Simple linear regression outperforms the persistence baseline, XGBoost, and several more complex variants tested previously but not included in the script (ARIMA, LightGBM).
We also tested more sophisticated regression models, such as Ridge, Lasso, and ElasticNet. We observed that they do not bring any significant improvement over this simple linear regression.
We will therefore keep a simple linear regression model incorporating a historical time window.
Interpretation of Results
These experiments show that the daily discharge of the Mississippi River at St. Louis is extremely predictable at a one-day horizon.
More specifically, the observed dynamics exhibit a high degree of autocorrelation and inertia, while remaining largely linear.
In other words, tomorrow's discharge strongly depends on the discharge values of previous days, following an almost affine relationship.
The fact that a simple linear regression outperforms more sophisticated nonlinear models is particularly interesting. This suggests that, in this univariate setting, complex models ultimately have little additional structure to exploit.

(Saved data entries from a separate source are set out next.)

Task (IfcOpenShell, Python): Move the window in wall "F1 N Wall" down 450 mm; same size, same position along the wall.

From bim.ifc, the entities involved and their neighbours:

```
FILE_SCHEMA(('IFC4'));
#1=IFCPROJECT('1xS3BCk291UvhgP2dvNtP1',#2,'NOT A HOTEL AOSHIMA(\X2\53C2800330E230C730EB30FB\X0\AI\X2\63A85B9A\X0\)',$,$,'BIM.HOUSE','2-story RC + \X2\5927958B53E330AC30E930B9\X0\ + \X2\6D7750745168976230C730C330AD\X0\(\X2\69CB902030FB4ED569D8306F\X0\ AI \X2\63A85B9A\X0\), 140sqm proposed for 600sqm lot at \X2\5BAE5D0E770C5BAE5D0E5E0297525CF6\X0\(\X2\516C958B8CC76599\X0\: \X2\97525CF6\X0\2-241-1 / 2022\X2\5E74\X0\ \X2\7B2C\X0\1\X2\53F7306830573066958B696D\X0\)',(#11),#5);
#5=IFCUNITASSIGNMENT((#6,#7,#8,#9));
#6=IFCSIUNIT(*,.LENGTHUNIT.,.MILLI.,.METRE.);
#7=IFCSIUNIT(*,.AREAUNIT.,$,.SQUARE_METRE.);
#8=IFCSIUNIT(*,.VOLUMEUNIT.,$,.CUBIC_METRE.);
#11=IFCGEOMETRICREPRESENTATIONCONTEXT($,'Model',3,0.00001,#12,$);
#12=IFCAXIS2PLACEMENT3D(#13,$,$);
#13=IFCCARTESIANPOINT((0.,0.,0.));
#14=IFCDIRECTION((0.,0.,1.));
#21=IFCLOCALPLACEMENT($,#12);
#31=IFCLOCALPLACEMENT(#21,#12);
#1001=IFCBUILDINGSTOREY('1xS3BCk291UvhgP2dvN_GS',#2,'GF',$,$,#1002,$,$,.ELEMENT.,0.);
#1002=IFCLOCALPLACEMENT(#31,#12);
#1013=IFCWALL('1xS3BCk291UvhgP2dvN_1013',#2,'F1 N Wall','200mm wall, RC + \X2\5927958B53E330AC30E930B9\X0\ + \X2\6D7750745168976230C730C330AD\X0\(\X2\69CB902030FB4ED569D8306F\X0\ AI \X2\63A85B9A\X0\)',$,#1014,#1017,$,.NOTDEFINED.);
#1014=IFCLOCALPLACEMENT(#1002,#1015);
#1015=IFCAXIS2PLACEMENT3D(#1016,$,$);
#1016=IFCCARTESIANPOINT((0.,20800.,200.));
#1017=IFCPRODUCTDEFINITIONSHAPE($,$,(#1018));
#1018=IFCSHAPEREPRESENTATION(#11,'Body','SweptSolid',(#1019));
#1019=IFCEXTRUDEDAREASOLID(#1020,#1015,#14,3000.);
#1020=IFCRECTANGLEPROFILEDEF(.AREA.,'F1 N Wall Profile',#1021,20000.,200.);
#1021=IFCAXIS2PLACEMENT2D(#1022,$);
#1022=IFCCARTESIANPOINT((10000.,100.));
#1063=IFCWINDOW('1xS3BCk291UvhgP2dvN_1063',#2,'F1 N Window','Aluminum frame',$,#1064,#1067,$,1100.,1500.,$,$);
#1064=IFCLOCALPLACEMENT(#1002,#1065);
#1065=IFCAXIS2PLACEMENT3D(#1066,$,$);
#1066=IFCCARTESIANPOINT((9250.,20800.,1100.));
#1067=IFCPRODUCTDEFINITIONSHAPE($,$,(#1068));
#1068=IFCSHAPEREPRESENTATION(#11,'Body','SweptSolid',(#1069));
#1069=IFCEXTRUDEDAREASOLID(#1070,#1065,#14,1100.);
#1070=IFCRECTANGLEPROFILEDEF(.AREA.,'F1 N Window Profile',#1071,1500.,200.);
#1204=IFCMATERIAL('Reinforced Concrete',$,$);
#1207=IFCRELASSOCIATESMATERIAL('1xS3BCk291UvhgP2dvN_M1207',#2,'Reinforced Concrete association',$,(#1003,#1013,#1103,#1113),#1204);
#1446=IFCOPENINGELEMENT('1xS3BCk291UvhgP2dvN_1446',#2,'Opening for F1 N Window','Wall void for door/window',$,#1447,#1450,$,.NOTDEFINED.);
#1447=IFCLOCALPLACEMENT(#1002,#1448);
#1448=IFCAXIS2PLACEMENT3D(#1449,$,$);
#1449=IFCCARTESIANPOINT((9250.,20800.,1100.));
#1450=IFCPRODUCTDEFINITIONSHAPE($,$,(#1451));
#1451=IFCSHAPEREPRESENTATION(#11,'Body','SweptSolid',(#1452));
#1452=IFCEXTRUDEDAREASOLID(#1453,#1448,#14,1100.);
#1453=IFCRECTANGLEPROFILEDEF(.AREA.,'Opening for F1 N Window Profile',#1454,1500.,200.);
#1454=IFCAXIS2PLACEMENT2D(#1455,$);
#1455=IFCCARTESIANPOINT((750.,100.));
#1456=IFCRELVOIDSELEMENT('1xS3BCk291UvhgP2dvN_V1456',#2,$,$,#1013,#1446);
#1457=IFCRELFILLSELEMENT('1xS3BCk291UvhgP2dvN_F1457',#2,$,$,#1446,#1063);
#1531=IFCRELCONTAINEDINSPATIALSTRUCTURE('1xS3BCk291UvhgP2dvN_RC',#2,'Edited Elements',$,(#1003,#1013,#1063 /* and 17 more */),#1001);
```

```python
import numpy as np
import ifcopenshell
import ifcopenshell.api.geometry
import ifcopenshell.util.placement
import ifcopenshell.util.unit

model = ifcopenshell.open("bim.ifc")
unit_scale = ifcopenshell.util.unit.calculate_unit_scale(model)

window = model.by_id(1063)
opening = window.FillsVoids[0].RelatingOpeningElement
dz = -0.45 / unit_scale

shift = np.array([0.0, 0.0, dz])
# The window is not placed relative to its opening, so move both.
for product in (opening, window):
    matrix = ifcopenshell.util.placement.get_local_placement(product.ObjectPlacement)
    matrix[:3, 3] += shift
    ifcopenshell.api.geometry.edit_object_placement(model, product=product, matrix=matrix, is_si=False)

print(f"moved by {dz * unit_scale:+.3f} m")

model.write("bim_edited.ifc")
```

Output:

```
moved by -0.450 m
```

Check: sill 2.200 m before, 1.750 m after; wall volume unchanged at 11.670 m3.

However, the improvement observed between persistence and linear regression shows that using multiple past days is clearly preferable to using a single time lag.
We also observe an interesting phenomenon: performance on the test dataset is systematically better than on the validation dataset. This behavior does not appear to come from temporal leakage, but rather from a difference in hydrological regime between the periods considered. The years 2024–2026 seem overall more regular and easier to forecast than the 2021–2023 period.
Finally, it should be remembered that this is only a first univariate prototype. The remainder of the tutorial shows how the model can be progressively enriched by adding information from upstream stations and by incorporating meteorological and spatial variables, thereby moving from a simple univariate approach to a genuinely multisource forecasting system.
In this richer multivariate context, models such as XGBoost or LightGBM could become significantly more competitive again.